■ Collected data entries
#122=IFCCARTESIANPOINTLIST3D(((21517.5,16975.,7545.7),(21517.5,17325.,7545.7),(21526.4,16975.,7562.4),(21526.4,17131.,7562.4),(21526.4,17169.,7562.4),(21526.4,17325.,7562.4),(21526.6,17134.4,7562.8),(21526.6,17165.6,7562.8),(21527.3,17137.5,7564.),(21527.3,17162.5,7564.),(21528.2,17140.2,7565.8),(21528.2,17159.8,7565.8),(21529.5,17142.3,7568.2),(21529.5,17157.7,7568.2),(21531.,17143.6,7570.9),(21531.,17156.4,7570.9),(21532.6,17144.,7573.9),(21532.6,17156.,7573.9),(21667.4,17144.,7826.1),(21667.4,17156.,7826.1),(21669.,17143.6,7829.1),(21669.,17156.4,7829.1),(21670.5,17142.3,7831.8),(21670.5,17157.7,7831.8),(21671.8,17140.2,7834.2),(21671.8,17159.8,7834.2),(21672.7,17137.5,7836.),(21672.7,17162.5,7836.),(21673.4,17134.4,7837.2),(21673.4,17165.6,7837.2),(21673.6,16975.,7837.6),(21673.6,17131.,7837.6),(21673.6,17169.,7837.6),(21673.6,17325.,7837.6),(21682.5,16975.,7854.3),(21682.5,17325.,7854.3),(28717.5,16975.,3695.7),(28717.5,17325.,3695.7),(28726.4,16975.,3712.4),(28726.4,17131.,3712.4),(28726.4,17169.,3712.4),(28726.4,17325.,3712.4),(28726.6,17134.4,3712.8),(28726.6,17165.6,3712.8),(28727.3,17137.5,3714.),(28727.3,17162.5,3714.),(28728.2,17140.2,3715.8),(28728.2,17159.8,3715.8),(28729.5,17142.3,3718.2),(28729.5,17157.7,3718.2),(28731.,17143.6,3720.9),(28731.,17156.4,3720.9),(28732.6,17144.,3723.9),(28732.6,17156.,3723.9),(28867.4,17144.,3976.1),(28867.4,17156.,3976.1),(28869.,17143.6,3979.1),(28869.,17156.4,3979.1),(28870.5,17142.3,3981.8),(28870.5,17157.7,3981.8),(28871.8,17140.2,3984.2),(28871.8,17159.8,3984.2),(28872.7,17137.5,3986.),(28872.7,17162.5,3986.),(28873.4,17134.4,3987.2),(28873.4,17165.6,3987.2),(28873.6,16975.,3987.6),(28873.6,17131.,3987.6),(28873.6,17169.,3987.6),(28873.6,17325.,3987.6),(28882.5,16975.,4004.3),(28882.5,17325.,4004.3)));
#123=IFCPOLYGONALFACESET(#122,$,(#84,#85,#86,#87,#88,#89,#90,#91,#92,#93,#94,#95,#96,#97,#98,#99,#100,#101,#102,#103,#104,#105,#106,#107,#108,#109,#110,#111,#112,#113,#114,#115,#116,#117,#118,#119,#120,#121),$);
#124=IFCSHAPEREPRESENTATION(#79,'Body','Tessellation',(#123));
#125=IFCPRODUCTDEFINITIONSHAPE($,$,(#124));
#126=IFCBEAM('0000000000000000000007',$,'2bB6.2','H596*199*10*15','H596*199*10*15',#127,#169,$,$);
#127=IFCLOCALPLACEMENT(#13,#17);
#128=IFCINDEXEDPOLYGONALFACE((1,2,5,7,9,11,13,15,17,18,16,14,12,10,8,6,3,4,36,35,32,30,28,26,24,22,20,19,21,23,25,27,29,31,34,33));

■ Problem statement
All of the data above should be set down again exactly.

■ Your response
#122=IFCCARTESIANPOINTLIST3D(((21517.5,16975.,7545.7),(21517.5,17325.,7545.7),(21526.4,16975.,7562.4),(21526.4,17131.,7562.4),(21526.4,17169.,7562.4),(21526.4,17325.,7562.4),(21526.6,17134.4,7562.8),(21526.6,17165.6,7562.8),(21527.3,17137.5,7564.),(21527.3,17162.5,7564.),(21528.2,17140.2,7565.8),(21528.2,17159.8,7565.8),(21529.5,17142.3,7568.2),(21529.5,17157.7,7568.2),(21531.,17143.6,7570.9),(21531.,17156.4,7570.9),(21532.6,17144.,7573.9),(21532.6,17156.,7573.9),(21667.4,17144.,7826.1),(21667.4,17156.,7826.1),(21669.,17143.6,7829.1),(21669.,17156.4,7829.1),(21670.5,17142.3,7831.8),(21670.5,17157.7,7831.8),(21671.8,17140.2,7834.2),(21671.8,17159.8,7834.2),(21672.7,17137.5,7836.),(21672.7,17162.5,7836.),(21673.4,17134.4,7837.2),(21673.4,17165.6,7837.2),(21673.6,16975.,7837.6),(21673.6,17131.,7837.6),(21673.6,17169.,7837.6),(21673.6,17325.,7837.6),(21682.5,16975.,7854.3),(21682.5,17325.,7854.3),(28717.5,16975.,3695.7),(28717.5,17325.,3695.7),(28726.4,16975.,3712.4),(28726.4,17131.,3712.4),(28726.4,17169.,3712.4),(28726.4,17325.,3712.4),(28726.6,17134.4,3712.8),(28726.6,17165.6,3712.8),(28727.3,17137.5,3714.),(28727.3,17162.5,3714.),(28728.2,17140.2,3715.8),(28728.2,17159.8,3715.8),(28729.5,17142.3,3718.2),(28729.5,17157.7,3718.2),(28731.,17143.6,3720.9),(28731.,17156.4,3720.9),(28732.6,17144.,3723.9),(28732.6,17156.,3723.9),(28867.4,17144.,3976.1),(28867.4,17156.,3976.1),(28869.,17143.6,3979.1),(28869.,17156.4,3979.1),(28870.5,17142.3,3981.8),(28870.5,17157.7,3981.8),(28871.8,17140.2,3984.2),(28871.8,17159.8,3984.2),(28872.7,17137.5,3986.),(28872.7,17162.5,3986.),(28873.4,17134.4,3987.2),(28873.4,17165.6,3987.2),(28873.6,16975.,3987.6),(28873.6,17131.,3987.6),(28873.6,17169.,3987.6),(28873.6,17325.,3987.6),(28882.5,16975.,4004.3),(28882.5,17325.,4004.3)));
#123=IFCPOLYGONALFACESET(#122,$,(#84,#85,#86,#87,#88,#89,#90,#91,#92,#93,#94,#95,#96,#97,#98,#99,#100,#101,#102,#103,#104,#105,#106,#107,#108,#109,#110,#111,#112,#113,#114,#115,#116,#117,#118,#119,#120,#121),$);
#124=IFCSHAPEREPRESENTATION(#79,'Body','Tessellation',(#123));
#125=IFCPRODUCTDEFINITIONSHAPE($,$,(#124));
#126=IFCBEAM('0000000000000000000007',$,'2bB6.2','H596*199*10*15','H596*199*10*15',#127,#169,$,$);
#127=IFCLOCALPLACEMENT(#13,#17);
#128=IFCINDEXEDPOLYGONALFACE((1,2,5,7,9,11,13,15,17,18,16,14,12,10,8,6,3,4,36,35,32,30,28,26,24,22,20,19,21,23,25,27,29,31,34,33));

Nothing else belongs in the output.